Touching on the second pillar of the meetings, which is aimed at boosting resilience against unexpected events and deliberate attacks, Mr Heng noted that several Asean member states remain highly exposed to natural disasters and yet, disaster financing within the region has not kept pace with economic growth, resulting in widening protection gap.

As such, the meetings will also focus on enhancing disaster resilience and support initiatives, and this includes improving data availability on Asean’s economic exposure to natural catastrophes.

Another emerging risk that the minister flagged is cybersecurity.

Mr Heng noted that there is room for Asean regulators to enhance collaboration to increase cyber resilience in the financial sector.

“We’ll be discussing how we can improve our cybersecurity intelligence and the exchange of information on this — for example, whether it is exchanging information on the attacks that have taken place, or intelligence that attacks may be impending, and how we could work together to improve our cybersecurity across the region,” he said.

“That sort of information sharing will be valuable across the whole of Asean ... so that everyone can learn from it.”

He also said they will continue to boost regional financial stability by strengthening existing institutions and initiatives like the Chiang Mai Initiative Multilateralisation and the Asean+3 Macroeconomic Research Office (AMRO).

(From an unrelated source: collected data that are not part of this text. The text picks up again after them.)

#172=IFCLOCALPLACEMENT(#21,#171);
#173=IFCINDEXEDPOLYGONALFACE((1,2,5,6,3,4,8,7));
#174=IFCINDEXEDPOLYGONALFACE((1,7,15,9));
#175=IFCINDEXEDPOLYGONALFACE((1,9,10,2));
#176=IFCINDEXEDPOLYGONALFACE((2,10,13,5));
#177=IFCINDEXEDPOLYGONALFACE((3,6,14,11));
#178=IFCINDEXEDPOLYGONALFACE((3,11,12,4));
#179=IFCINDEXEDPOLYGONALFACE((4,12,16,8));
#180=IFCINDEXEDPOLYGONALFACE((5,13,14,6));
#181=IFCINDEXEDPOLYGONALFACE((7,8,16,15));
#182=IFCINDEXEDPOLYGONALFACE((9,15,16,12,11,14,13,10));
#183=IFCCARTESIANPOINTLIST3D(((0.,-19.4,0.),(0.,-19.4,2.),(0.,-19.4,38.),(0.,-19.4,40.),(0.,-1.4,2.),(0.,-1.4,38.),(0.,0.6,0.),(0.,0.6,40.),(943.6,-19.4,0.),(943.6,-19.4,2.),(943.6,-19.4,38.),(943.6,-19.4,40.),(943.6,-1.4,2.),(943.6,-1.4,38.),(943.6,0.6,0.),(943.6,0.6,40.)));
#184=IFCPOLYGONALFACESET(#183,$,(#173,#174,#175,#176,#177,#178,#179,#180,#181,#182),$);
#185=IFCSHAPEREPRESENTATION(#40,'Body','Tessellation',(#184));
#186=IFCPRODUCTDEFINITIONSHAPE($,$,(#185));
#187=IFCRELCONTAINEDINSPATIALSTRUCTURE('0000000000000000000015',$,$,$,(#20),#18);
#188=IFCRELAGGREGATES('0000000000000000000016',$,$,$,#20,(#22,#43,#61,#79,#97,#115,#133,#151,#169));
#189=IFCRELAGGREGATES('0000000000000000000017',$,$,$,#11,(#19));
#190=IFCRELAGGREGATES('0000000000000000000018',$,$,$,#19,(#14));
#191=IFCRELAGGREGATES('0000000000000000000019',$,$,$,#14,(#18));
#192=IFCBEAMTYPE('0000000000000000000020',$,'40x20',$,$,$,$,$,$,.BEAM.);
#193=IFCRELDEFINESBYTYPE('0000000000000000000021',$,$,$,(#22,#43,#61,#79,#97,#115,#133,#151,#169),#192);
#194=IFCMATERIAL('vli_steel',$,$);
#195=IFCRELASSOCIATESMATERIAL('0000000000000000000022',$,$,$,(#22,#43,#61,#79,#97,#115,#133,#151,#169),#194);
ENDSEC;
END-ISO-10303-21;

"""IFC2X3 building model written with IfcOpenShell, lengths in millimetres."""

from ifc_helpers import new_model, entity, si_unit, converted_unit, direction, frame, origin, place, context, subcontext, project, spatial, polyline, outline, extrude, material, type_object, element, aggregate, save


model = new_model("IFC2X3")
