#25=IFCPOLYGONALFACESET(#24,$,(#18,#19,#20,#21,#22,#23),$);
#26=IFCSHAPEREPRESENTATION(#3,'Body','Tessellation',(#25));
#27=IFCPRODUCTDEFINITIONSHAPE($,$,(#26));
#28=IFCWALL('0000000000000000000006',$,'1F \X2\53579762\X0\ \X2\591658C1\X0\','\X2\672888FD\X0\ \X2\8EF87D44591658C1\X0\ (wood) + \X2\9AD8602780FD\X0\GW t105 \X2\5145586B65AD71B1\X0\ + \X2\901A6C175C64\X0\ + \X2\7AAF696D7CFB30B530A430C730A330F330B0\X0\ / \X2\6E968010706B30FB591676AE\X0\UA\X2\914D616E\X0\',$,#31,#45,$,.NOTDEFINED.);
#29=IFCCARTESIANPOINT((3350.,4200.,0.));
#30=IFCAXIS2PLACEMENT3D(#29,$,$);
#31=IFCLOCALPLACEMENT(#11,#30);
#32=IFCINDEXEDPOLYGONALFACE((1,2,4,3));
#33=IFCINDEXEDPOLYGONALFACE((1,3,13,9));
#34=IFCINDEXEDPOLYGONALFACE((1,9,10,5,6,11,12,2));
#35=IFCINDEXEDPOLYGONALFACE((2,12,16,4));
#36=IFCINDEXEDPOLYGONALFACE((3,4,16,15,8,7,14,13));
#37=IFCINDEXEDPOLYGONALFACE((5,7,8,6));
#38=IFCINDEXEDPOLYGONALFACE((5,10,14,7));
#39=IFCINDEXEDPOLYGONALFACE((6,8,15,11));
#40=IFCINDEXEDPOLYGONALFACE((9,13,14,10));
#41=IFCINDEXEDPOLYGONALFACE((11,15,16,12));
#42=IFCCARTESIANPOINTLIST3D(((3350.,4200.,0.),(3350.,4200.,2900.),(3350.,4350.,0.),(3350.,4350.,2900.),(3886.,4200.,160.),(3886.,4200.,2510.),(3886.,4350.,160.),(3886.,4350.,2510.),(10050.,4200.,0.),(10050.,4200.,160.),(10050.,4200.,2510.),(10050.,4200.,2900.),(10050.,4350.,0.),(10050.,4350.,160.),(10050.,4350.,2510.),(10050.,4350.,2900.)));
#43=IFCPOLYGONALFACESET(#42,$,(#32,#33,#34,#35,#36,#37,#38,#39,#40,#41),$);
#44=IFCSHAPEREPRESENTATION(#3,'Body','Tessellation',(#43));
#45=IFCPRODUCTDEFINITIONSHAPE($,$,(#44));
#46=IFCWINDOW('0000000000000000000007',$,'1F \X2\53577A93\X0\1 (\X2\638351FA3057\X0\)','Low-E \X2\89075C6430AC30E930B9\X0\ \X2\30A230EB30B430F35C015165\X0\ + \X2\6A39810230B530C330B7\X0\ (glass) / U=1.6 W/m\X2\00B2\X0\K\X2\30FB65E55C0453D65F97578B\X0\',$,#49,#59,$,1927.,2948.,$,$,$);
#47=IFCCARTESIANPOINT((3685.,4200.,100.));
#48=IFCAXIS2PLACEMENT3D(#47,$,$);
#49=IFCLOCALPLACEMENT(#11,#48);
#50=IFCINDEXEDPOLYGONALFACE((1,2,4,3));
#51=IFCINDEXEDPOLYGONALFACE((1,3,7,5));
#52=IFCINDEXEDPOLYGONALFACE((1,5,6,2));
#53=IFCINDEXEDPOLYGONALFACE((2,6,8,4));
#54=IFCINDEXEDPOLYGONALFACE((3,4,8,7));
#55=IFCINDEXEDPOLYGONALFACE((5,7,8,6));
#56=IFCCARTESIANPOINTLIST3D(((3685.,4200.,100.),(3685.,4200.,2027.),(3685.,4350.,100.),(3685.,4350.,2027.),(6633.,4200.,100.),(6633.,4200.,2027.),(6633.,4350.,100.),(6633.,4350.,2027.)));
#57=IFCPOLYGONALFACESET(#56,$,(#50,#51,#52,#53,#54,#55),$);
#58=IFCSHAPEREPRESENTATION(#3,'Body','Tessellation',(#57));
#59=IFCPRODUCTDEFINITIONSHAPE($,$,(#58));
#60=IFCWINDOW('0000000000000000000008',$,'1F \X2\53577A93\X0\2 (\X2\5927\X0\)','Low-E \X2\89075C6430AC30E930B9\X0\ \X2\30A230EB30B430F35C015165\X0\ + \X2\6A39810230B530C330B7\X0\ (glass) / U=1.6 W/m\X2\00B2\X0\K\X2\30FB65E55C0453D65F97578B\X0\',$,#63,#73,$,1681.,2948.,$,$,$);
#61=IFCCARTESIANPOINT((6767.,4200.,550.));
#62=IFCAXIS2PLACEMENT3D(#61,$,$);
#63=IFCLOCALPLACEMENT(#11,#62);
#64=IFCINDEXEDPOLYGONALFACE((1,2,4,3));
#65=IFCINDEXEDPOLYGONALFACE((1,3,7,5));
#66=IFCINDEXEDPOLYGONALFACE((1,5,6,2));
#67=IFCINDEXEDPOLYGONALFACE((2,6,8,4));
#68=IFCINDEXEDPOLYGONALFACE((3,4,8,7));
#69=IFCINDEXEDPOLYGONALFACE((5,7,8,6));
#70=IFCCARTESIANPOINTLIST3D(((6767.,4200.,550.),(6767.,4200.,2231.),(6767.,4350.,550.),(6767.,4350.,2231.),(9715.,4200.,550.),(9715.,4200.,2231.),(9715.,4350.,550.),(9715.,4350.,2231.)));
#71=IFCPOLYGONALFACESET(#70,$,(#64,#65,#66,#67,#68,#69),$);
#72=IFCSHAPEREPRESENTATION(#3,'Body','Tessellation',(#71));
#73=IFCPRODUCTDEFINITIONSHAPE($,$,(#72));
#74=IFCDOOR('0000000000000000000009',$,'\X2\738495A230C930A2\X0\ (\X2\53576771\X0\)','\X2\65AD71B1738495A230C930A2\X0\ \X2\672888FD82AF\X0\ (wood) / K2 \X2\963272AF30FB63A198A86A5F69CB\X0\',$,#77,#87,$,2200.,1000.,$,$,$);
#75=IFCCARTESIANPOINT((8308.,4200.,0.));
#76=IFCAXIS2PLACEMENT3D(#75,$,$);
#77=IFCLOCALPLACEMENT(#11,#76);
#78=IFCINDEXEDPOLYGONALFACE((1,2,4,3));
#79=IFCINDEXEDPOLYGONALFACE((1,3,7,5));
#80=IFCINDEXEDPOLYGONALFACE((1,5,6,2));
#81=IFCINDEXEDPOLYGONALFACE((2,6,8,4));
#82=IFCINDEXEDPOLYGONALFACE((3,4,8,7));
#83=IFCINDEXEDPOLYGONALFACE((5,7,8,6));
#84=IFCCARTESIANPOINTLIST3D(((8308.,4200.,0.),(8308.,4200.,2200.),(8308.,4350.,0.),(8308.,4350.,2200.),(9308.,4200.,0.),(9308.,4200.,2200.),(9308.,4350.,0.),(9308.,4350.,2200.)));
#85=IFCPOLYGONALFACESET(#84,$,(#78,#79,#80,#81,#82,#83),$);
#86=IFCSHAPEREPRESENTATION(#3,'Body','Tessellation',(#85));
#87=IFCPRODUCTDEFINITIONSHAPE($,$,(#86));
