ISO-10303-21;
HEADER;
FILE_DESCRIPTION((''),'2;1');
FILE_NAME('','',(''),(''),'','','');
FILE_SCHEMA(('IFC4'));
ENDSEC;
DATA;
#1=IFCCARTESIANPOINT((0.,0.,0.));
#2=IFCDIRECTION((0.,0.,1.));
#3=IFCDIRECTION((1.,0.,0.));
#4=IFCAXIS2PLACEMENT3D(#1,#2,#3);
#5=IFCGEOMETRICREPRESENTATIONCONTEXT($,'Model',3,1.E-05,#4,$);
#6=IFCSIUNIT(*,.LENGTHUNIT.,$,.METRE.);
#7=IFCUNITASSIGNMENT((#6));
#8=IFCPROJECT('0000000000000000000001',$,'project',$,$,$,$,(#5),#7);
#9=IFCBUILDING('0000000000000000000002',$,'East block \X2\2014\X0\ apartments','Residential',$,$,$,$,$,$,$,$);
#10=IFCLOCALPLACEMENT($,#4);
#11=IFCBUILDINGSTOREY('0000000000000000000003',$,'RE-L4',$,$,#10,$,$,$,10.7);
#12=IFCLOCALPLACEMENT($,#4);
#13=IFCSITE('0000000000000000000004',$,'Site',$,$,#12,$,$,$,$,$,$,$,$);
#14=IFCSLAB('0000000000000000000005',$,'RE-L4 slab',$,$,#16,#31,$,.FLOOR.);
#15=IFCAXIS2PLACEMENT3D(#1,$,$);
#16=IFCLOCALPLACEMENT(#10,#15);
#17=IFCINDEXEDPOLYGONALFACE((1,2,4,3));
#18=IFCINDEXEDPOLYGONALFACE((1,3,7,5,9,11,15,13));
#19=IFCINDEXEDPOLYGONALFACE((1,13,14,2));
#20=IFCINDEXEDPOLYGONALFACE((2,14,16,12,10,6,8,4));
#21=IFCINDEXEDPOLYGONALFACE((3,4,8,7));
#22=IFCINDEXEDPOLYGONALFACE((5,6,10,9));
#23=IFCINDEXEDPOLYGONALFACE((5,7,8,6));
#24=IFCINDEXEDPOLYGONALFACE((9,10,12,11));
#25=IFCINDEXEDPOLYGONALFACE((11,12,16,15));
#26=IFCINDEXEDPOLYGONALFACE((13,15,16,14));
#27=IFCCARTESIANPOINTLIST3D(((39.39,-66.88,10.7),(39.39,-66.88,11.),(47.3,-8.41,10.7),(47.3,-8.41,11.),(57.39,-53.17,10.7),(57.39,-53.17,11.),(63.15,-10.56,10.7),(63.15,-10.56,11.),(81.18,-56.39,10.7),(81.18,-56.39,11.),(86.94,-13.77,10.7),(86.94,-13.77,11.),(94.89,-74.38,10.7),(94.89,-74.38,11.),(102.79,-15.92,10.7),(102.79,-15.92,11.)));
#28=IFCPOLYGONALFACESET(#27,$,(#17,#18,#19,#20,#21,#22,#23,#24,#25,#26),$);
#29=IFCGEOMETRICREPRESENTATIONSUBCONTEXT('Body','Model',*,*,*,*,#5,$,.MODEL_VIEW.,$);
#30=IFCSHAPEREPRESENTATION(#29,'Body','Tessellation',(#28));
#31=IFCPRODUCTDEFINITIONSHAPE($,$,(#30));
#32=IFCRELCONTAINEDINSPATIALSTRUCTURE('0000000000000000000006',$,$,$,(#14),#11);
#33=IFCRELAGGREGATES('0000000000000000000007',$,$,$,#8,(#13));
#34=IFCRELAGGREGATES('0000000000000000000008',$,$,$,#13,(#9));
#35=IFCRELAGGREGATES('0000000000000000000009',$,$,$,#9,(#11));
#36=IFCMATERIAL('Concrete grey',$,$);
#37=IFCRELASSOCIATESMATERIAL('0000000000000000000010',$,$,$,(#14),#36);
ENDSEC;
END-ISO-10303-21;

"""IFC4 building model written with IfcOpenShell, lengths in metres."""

from ifc_helpers import new_model, si_unit, frame, origin_with_axes, place, context, subcontext, project, spatial, polyline, outline, extrude, material, element, save


model = new_model("IFC4")

# Units and contexts
model_context = context("Model", 3, precision=1e-05, world=origin_with_axes())
body_context = subcontext(model_context, "Body", "Model", "MODEL_VIEW")
ifc_project = project(units=[si_unit("LENGTHUNIT", "METRE")], contexts=[model_context])

# Site, building, storey
site_placement = place(None, origin_with_axes())
site = spatial("IfcSite", under=ifc_project, at=site_placement, Name="Site")
building = spatial("IfcBuilding", under=site, Name="East block — apartments", Description="Residential")
storey_placement = place(None, origin_with_axes())
storey = spatial("IfcBuildingStorey", under=building, at=storey_placement, Name="RE-L4", Elevation=10.7)

# Slab
ifc_material = material(Name="Concrete grey")
slab_placement = place(storey_placement, origin_with_axes())
element("IfcSlab", 1, at=slab_placement, inside=storey, material=ifc_material, Name="RE-L4 slab", PredefinedType="FLOOR", context=body_context, shape_type="SweptSolid", body=[
    extrude(outline(polyline([(39.39, -66.88), (94.89, -74.38), (102.79, -15.92), (86.94, -13.77), (81.18, -56.39), (57.39, -53.17), (63.15, -10.56), (47.3, -8.41), (39.39, -66.88)])), frame((0.0, 0.0, 10.7), z_axis=(0.0, 0.0, 1.0), x_axis=(1.0, 0.0, 0.0)), (0.0, 0.0, 1.0), 0.3),
])

save(model, "model.ifc")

Lastly, the minister said Asean is looking to support digital innovations like fintech which can promote financial inclusion for underserved and unbanked segments of society.

It is also planning to expand capacity building in new emerging areas such as big data analytics to equip Asean citizens so that they have the know-how and confidence to ride the wave of opportunities associated with innovation.

Citing an example of a link-up of Singapore and Thailand’s real-time retail payment systems, Mr Heng said such strong potential in pioneering regional linkages for faster payment system can boost Asean’s economic integration and e-commerce.

The initiative to link Singapore’s PayNow system to the Thai equivalent, known as PromptPay, was announced at the end of last year.

Touching on the simmering tensions between two of the world’s largest economies — the United States and China, the minister said Singapore has not seen any “major impact” from it, although the Republic is closely monitoring the “warning signs”.

“We have to work very hard to ensure that this does not escalate because at the end of the day, a trade war would damage all economies,” he said.

“At this stage, we are not seeing major impact yet. We had better build a consensus for free trade so that the situation does not deteriorate. In fact we hope that we can reverse the mood at the moment.”

Fears of a trade war between Washington and Beijing escalated after the Trump administration last week slapped up to US$60 billion in tariffs on some Chinese imports, prompting a warning from Beijing that it could retaliate with duties of up to US$3 billion of US imports.

In the Asean region though, Mr Heng said he was glad that there is “continuous strong support” among member states for free trade and integration.

The grouping will continue to sustain the momentum for trade liberalisation, with the move towards the Asean Economic Community — a blueprint to integrate South-east Asia’s diverse economies into a single market — as well as negotiations for the Regional Comprehensive Economic Partnership, which involves Asean, Australia, China, India, Japan, South Korea and New Zealand.